Press release from GlobeNewswire (a Nasdaq OMX company)
FirstService Makes Decision to Transition Out of Service Contract
Monday, June 25, 2012
TORONTO, June 25, 2012 (GLOBE NEWSWIRE) -- FirstService Corporation (TSX:FSV) (Nasdaq:FSRV) (TSX:FSV.PR.U) (TSX:FSV.DB.U) today announced that Field Asset Services ("FAS"), a unit of its Property Services division, has decided to transition out of a large property services agreement with a government sponsored entity ("GSE") in the US. All amounts are in US dollars.
The agreement, initially awarded in 2008, was reset earlier this year with a significantly increased scope in a very competitive environment. FAS attempted to provide services under the revised terms, but determined it could not do so profitably at an acceptable quality standard. After discussions with the client, it was agreed that FAS would transition out of the contract as soon as August 1, 2012.
The current annual run rate of revenues generated by the agreement is approximately $100 million, down 30% from the prior year, as a result of industry-wide reductions in order volumes consistent with declines in foreclosure activity in the US. Excluding approximately $2 million in pre-tax reorganization charges which will be taken in the third quarter, the impact on Adjusted EBITDA (note 1) is expected to be positive.
"We made the difficult decision to transition out of this contract in our Property Services division when it became clear it was not profitable," said Jay S. Hennick, Founder and Chief Executive Officer of FirstService Corporation. "Since winning this assignment back in 2008, our team consistently exceeded quality and service standards and was rewarded with increased volumes and share over the years. However, as market conditions changed and foreclosure volumes declined, the scope of the services expected increased without commensurate compensation. As a result, we exit a relationship representing about 4% of our revenues but positively impact our EBITDA going forward," he concluded.
About FirstService Corporation
FirstService Corporation is a global leader in the rapidly growing real estate services sector, providing a variety of services in commercial real estate, residential property management and property services. As one of the largest property managers in the world, FirstService manages more than 2.3 billion square feet of residential and commercial properties through its three industry-leading service platforms: Colliers International, one of the largest global players in commercial real estate; FirstService Residential Management, the largest manager of residential communities in North America; and Property Services, one of North America's largest providers of property-related services delivered through franchise and contractor networks.

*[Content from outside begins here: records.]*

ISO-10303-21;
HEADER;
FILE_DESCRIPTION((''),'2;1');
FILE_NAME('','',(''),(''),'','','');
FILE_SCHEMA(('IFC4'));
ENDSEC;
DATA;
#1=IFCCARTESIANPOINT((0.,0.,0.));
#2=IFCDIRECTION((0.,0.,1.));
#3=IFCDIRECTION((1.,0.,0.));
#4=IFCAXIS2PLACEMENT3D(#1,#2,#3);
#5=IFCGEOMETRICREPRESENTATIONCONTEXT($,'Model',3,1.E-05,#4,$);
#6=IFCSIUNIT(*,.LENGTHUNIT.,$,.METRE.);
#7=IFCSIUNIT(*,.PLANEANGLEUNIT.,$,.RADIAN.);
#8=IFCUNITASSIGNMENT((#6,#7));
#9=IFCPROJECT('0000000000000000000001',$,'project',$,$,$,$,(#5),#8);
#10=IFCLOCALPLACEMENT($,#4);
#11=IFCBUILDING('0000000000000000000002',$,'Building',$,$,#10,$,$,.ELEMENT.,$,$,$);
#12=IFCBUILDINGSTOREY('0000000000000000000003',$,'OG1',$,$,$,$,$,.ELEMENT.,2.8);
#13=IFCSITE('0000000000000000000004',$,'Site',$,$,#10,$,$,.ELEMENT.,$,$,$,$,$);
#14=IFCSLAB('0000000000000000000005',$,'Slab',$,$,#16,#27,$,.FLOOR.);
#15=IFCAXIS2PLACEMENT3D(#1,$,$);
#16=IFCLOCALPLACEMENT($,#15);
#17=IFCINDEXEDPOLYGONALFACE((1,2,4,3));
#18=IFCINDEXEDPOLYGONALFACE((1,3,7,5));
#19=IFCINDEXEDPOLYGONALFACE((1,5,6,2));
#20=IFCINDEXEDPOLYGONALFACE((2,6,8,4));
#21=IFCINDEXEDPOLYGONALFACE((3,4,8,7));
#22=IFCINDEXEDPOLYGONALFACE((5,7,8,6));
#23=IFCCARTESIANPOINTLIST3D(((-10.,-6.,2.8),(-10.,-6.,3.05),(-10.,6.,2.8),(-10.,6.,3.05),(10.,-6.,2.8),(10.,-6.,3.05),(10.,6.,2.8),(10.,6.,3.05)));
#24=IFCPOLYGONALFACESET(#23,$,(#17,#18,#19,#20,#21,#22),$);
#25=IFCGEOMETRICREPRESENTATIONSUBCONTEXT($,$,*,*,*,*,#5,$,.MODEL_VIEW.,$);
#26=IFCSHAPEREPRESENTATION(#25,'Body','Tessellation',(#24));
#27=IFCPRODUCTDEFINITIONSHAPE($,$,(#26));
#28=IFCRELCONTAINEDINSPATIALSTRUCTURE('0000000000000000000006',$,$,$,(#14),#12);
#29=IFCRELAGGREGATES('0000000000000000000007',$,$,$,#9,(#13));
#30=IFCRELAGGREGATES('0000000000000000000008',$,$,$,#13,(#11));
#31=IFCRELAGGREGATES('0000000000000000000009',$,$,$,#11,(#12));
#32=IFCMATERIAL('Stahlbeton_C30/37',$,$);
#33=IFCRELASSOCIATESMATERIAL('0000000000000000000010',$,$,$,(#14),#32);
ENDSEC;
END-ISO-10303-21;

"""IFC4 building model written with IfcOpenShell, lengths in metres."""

from ifc_helpers import new_model, si_unit, frame, frame_2d, origin, origin_with_axes, place, context, subcontext, project, spatial, rectangle, extrude, material, element, save


model = new_model("IFC4")

# Units and contexts
model_context = context("Model", 3, precision=1e-05, world=origin_with_axes())
sub_context = subcontext(model_context, None, None, "MODEL_VIEW")
ifc_project = project(units=[si_unit("LENGTHUNIT", "METRE"), si_unit("PLANEANGLEUNIT", "RADIAN")], contexts=[model_context])

# Site, building, storey
placement_1 = place(None, origin_with_axes())
site = spatial("IfcSite", under=ifc_project, at=placement_1, Name="Site", CompositionType="ELEMENT")
building = spatial("IfcBuilding", under=site, at=placement_1, Name="Building", CompositionType="ELEMENT")
storey = spatial("IfcBuildingStorey", under=building, Name="OG1", CompositionType="ELEMENT", Elevation=2.8)

# Slab
ifc_material = material(Name="Stahlbeton_C30/37")
placement_2 = place(None, origin_with_axes())
placement_3 = place(placement_2, frame((0.0, 0.0, 2.8)))
slab_placement = place(placement_3, frame((-10.0, -6.0, 0.0)))
element("IfcSlab", 1, at=slab_placement, inside=storey, material=ifc_material, Name="Slab", PredefinedType="FLOOR", context=sub_context, shape_type="SweptSolid", body=[
    extrude(rectangle(XDim=20.0, YDim=12.0, at=frame_2d((10.0, 6.0))), origin(), (0.0, 0.0, 1.0), 0.25),
])

save(model, "model.ifc")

FirstService generates over $2.3 billion in annual revenues and has more than 23,000 employees worldwide. More information about FirstService is available at www.firstservice.com.
This press release includes or may include forward-looking statements. Forward-looking statements include the Company's financial performance outlook and statements regarding goals, beliefs, strategies, objectives, plans or current expectations. These statements involve known and unknown risks, uncertainties and other factors which may cause the actual results to be materially different from any future results, performance or achievements contemplated in the forward-looking statements. Such factors include: (i) general economic and business conditions, which will, among other things, impact demand for the Company's services and the cost of providing services; (ii) the ability of the Company to implement its business strategy, including the Company's ability to acquire suitable acquisition candidates on acceptable terms and successfully integrate newly acquired businesses with its existing businesses; (iii) changes in or the failure to comply with government regulations; and (iv) other factors which are described in the Company's filings with applicable Canadian and United States securities regulatory authorities (which factors are adopted herein).

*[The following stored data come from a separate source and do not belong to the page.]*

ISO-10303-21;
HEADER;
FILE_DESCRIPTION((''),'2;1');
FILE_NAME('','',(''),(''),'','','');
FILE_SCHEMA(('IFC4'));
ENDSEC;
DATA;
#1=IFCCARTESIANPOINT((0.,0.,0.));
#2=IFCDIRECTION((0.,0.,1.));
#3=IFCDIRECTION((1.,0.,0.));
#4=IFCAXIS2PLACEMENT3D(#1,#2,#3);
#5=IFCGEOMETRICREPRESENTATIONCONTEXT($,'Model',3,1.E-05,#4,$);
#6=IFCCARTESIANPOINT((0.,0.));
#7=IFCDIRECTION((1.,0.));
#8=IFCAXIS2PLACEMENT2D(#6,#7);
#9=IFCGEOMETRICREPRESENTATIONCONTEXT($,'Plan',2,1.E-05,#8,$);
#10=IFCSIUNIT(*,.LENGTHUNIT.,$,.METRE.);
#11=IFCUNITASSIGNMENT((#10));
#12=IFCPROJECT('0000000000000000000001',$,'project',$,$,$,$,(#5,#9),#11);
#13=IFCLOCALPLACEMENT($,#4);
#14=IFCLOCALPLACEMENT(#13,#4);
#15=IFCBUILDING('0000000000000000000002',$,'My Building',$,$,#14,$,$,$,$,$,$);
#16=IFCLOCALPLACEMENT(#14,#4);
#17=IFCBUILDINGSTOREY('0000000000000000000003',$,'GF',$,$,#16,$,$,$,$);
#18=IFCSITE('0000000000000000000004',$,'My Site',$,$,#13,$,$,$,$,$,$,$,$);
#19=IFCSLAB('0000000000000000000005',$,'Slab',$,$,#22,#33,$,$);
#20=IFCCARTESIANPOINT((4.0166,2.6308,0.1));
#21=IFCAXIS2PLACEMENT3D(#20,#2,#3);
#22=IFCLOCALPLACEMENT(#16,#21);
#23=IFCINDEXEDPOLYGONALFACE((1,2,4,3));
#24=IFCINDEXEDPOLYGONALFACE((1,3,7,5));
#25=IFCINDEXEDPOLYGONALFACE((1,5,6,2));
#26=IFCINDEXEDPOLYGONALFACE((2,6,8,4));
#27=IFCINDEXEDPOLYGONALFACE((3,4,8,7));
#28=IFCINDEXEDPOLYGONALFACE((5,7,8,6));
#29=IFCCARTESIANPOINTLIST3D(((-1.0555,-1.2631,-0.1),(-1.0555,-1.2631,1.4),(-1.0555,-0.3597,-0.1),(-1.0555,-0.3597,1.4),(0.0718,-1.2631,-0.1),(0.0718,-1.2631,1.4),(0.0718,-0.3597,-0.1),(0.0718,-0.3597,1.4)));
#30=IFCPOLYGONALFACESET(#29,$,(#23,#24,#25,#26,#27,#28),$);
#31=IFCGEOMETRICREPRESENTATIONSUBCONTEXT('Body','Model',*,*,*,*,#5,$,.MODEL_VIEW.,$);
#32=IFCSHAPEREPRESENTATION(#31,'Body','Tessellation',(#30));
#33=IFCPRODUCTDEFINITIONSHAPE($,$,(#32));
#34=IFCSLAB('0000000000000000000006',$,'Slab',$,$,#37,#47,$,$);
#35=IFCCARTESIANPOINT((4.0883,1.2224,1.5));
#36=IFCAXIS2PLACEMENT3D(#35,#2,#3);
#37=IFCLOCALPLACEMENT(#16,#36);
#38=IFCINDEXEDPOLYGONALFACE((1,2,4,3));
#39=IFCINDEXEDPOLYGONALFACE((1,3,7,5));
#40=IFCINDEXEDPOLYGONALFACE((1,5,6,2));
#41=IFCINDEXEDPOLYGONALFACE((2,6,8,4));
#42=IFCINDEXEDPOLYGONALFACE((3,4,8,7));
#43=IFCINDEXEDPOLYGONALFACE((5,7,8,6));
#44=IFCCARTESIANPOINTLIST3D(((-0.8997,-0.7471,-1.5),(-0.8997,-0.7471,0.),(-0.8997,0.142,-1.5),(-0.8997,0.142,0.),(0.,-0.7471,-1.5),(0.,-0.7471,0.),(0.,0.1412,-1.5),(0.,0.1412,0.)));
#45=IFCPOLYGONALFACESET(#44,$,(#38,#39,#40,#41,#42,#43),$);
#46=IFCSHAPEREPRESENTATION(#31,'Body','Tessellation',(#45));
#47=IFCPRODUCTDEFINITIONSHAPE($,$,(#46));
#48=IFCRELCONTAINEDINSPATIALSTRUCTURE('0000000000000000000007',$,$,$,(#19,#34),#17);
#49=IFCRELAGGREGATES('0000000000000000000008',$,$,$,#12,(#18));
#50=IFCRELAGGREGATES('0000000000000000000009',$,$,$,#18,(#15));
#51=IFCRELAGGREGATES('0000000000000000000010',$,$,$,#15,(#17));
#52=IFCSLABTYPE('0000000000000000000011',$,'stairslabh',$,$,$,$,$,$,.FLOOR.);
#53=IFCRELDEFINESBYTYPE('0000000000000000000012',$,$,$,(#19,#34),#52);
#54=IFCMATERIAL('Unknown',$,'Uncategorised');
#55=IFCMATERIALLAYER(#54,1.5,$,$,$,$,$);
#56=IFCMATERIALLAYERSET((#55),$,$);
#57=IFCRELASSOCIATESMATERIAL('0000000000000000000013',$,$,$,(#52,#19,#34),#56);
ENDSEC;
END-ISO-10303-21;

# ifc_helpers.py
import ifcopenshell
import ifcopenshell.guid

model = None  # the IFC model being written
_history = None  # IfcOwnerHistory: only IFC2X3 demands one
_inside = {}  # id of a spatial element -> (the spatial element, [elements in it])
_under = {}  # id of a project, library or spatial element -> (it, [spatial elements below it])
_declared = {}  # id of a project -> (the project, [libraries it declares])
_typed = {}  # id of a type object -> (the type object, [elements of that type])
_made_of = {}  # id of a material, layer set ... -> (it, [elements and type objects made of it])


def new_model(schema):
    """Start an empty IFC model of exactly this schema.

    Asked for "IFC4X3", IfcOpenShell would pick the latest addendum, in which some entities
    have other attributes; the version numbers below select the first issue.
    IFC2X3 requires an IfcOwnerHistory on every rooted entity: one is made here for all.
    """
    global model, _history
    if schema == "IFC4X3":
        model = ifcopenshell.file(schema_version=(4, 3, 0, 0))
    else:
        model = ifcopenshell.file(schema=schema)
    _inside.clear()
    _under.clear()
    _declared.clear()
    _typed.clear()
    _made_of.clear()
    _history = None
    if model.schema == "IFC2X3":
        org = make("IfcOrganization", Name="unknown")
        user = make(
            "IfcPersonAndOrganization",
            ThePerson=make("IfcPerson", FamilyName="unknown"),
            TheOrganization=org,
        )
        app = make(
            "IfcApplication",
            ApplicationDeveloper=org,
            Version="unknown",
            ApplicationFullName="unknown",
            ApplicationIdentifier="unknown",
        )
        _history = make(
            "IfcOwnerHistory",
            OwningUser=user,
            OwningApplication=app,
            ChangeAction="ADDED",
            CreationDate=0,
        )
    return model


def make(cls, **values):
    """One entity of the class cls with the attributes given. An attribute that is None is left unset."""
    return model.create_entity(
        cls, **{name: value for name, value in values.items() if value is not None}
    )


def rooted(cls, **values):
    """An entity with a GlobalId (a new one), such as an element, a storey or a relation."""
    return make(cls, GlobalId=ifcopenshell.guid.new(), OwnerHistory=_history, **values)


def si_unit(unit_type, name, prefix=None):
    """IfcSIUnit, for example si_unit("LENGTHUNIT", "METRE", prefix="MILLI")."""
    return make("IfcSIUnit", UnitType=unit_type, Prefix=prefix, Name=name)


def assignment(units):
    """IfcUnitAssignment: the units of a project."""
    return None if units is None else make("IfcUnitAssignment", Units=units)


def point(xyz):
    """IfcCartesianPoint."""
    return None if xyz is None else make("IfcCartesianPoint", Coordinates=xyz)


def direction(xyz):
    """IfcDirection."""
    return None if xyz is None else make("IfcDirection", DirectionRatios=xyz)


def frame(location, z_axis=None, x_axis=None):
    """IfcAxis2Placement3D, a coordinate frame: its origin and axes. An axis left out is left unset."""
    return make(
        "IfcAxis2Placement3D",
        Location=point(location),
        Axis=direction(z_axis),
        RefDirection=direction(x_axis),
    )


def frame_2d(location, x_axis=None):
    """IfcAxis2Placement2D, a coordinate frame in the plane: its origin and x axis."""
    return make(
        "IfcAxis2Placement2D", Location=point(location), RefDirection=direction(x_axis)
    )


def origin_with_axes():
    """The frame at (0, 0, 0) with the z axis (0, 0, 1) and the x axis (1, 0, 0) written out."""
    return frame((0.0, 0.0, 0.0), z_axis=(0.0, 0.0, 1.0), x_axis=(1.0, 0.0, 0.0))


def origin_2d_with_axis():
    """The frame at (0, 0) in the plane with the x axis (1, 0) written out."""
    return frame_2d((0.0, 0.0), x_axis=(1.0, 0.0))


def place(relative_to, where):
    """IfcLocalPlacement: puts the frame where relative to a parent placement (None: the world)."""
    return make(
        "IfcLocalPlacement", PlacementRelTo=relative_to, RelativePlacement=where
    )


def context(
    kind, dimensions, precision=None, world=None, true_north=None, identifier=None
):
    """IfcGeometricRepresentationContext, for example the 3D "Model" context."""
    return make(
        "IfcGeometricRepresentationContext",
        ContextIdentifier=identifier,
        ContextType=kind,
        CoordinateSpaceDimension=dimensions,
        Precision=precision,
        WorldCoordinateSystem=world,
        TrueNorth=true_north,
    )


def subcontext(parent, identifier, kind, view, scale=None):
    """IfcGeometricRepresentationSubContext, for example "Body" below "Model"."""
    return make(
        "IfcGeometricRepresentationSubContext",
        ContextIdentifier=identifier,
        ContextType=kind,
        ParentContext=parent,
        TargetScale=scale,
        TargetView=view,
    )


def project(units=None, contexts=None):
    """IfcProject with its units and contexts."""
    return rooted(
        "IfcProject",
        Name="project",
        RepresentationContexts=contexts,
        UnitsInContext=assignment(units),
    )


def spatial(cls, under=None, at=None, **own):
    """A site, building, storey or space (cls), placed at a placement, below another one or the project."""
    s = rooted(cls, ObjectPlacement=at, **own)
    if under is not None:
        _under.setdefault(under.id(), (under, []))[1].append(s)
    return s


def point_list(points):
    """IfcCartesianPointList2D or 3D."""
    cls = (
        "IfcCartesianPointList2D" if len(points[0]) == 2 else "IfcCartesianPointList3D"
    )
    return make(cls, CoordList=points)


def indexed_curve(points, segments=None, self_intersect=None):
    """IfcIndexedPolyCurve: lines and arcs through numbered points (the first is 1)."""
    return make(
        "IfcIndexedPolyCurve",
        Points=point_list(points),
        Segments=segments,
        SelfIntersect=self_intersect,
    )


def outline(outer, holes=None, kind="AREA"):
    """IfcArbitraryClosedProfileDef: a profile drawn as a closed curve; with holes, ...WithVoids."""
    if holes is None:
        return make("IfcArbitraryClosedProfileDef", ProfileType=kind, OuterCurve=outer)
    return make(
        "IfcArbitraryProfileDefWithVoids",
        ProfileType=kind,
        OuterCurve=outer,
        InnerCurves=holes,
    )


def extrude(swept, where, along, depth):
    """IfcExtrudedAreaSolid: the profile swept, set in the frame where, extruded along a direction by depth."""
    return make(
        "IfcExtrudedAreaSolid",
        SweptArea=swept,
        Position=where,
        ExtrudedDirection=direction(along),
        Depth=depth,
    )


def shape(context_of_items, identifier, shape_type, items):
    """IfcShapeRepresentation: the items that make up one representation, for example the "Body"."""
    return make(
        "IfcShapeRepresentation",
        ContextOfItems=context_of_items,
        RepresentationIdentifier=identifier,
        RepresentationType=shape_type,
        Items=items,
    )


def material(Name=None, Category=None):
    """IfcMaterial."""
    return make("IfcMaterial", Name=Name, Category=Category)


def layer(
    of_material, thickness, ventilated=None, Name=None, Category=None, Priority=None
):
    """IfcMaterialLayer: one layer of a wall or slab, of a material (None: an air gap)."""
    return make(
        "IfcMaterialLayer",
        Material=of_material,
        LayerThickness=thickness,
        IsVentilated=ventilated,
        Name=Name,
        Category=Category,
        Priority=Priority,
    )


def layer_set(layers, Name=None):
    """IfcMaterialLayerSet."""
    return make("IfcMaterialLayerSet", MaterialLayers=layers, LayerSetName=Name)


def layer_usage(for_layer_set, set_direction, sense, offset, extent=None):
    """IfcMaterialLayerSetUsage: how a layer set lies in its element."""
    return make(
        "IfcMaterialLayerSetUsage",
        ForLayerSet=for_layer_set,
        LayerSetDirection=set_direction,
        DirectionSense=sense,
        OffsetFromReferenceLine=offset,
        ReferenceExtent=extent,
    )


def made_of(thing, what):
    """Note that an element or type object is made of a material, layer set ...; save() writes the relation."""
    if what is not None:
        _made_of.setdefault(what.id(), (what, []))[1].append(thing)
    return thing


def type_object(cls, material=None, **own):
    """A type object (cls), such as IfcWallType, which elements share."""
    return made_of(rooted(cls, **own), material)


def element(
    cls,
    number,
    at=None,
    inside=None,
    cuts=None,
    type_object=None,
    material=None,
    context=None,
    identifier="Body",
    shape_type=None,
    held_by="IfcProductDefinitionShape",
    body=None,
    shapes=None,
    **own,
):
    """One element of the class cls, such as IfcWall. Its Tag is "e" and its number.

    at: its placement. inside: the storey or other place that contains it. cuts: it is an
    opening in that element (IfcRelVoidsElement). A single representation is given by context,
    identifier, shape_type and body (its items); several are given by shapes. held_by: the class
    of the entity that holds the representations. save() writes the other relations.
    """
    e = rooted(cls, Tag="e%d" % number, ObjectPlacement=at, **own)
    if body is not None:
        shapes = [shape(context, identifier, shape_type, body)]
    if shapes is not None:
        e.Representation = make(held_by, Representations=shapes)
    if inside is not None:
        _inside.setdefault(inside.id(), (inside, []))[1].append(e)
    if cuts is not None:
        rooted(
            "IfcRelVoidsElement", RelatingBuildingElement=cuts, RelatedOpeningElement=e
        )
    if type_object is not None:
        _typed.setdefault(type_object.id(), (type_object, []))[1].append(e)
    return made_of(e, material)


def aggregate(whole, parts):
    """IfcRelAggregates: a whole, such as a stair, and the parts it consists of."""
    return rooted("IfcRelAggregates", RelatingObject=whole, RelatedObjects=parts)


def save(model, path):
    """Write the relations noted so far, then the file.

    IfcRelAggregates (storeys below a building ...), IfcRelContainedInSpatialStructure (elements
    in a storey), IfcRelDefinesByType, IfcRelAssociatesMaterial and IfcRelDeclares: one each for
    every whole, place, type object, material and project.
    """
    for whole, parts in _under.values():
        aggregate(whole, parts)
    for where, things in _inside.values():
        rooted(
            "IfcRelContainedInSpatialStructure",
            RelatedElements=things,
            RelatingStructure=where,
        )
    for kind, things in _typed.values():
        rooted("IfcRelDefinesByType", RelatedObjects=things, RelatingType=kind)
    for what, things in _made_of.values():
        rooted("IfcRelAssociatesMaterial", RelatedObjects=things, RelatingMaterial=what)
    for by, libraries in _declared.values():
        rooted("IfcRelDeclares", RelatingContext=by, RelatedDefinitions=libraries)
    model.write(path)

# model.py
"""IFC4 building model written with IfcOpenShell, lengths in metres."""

from ifc_helpers import new_model, si_unit, frame, origin_with_axes, origin_2d_with_axis, place, context, subcontext, project, spatial, indexed_curve, outline, extrude, material, layer, layer_set, layer_usage, type_object, element, save


model = new_model("IFC4")

# Units and contexts
model_context = context("Model", 3, precision=1e-05, world=origin_with_axes())
plan_context = context("Plan", 2, precision=1e-05, world=origin_2d_with_axis())
body_context_1 = subcontext(model_context, "Body", "Model", "MODEL_VIEW")
ifc_project = project(units=[si_unit("LENGTHUNIT", "METRE")], contexts=[model_context, plan_context])

# Site, building, storey
site_placement = place(None, origin_with_axes())
site = spatial("IfcSite", under=ifc_project, at=site_placement, Name="My Site")
building_placement = place(site_placement, origin_with_axes())
building = spatial("IfcBuilding", under=site, at=building_placement, Name="My Building")
storey_placement = place(building_placement, origin_with_axes())
storey = spatial("IfcBuildingStorey", under=building, at=storey_placement, Name="GF")

# Shared definitions
ifc_material = material(Name="Unknown", Category="Uncategorised")

# Slabs
ifc_layer_1 = layer(ifc_material, 1.5)
ifc_layer_set_1 = layer_set([ifc_layer_1])
ifc_layer_usage_1 = layer_usage(ifc_layer_set_1, "AXIS3", "POSITIVE", -0.1)
slab_type_1 = type_object("IfcSlabType", Name="stairslabh", PredefinedType="FLOOR", material=ifc_layer_set_1)
slab_1_placement = place(storey_placement, frame((4.0166, 2.6308, 0.1), z_axis=(0.0, 0.0, 1.0), x_axis=(1.0, 0.0, 0.0)))
element("IfcSlab", 1, at=slab_1_placement, inside=storey, type_object=slab_type_1, material=ifc_layer_usage_1, Name="Slab", context=body_context_1, shape_type="SweptSolid", body=[
    extrude(outline(indexed_curve([(0.0718, -1.2631), (0.0718, -0.3597), (-1.0555, -0.3597), (-1.0555, -1.2631), (0.0718, -1.2631)])), frame((0.0, 0.0, -0.1), z_axis=(0.0, 0.0, 1.0), x_axis=(1.0, 0.0, 0.0)), (0.0, 0.0, 1.0), 1.5),
])
ifc_layer_usage_2 = layer_usage(ifc_layer_set_1, "AXIS3", "POSITIVE", -1.5)
slab_2_placement = place(storey_placement, frame((4.0883, 1.2224, 1.5), z_axis=(0.0, 0.0, 1.0), x_axis=(1.0, 0.0, 0.0)))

1. Definition of Adjusted EBITDA
Adjusted EBITDA is defined as net earnings, adjusted to exclude: (i) income tax; (ii) other expense (income); (iii) interest expense; (iv) depreciation and amortization; (v) acquisition-related items; (vi) stock-based compensation expense and (vii) reorganization charges. The Company uses Adjusted EBITDA to evaluate its own operating performance, its ability to service debt, and as an integral part of its planning and reporting systems. Additionally, this measure is used in conjunction with discounted cash flow models to determine the Company's overall enterprise valuation and to evaluate acquisition targets. Adjusted EBITDA is presented as a supplemental measure because the Company believes such a measure is useful to investors as a reasonable indicator of operating performance, due to the low capital intensity of the Company's service operations. The Company believes this measure is a financial metric used by many investors to compare companies, especially in the services industry. This measure is not a recognized measure of financial performance under GAAP in the United States, and should not be considered as a substitute for operating earnings, net earnings or cash flow from operating activities, as determined in accordance with GAAP. The Company's method of calculating Adjusted EBITDA may differ from other issuers and accordingly, this measure may not be comparable to measures used by other issuers.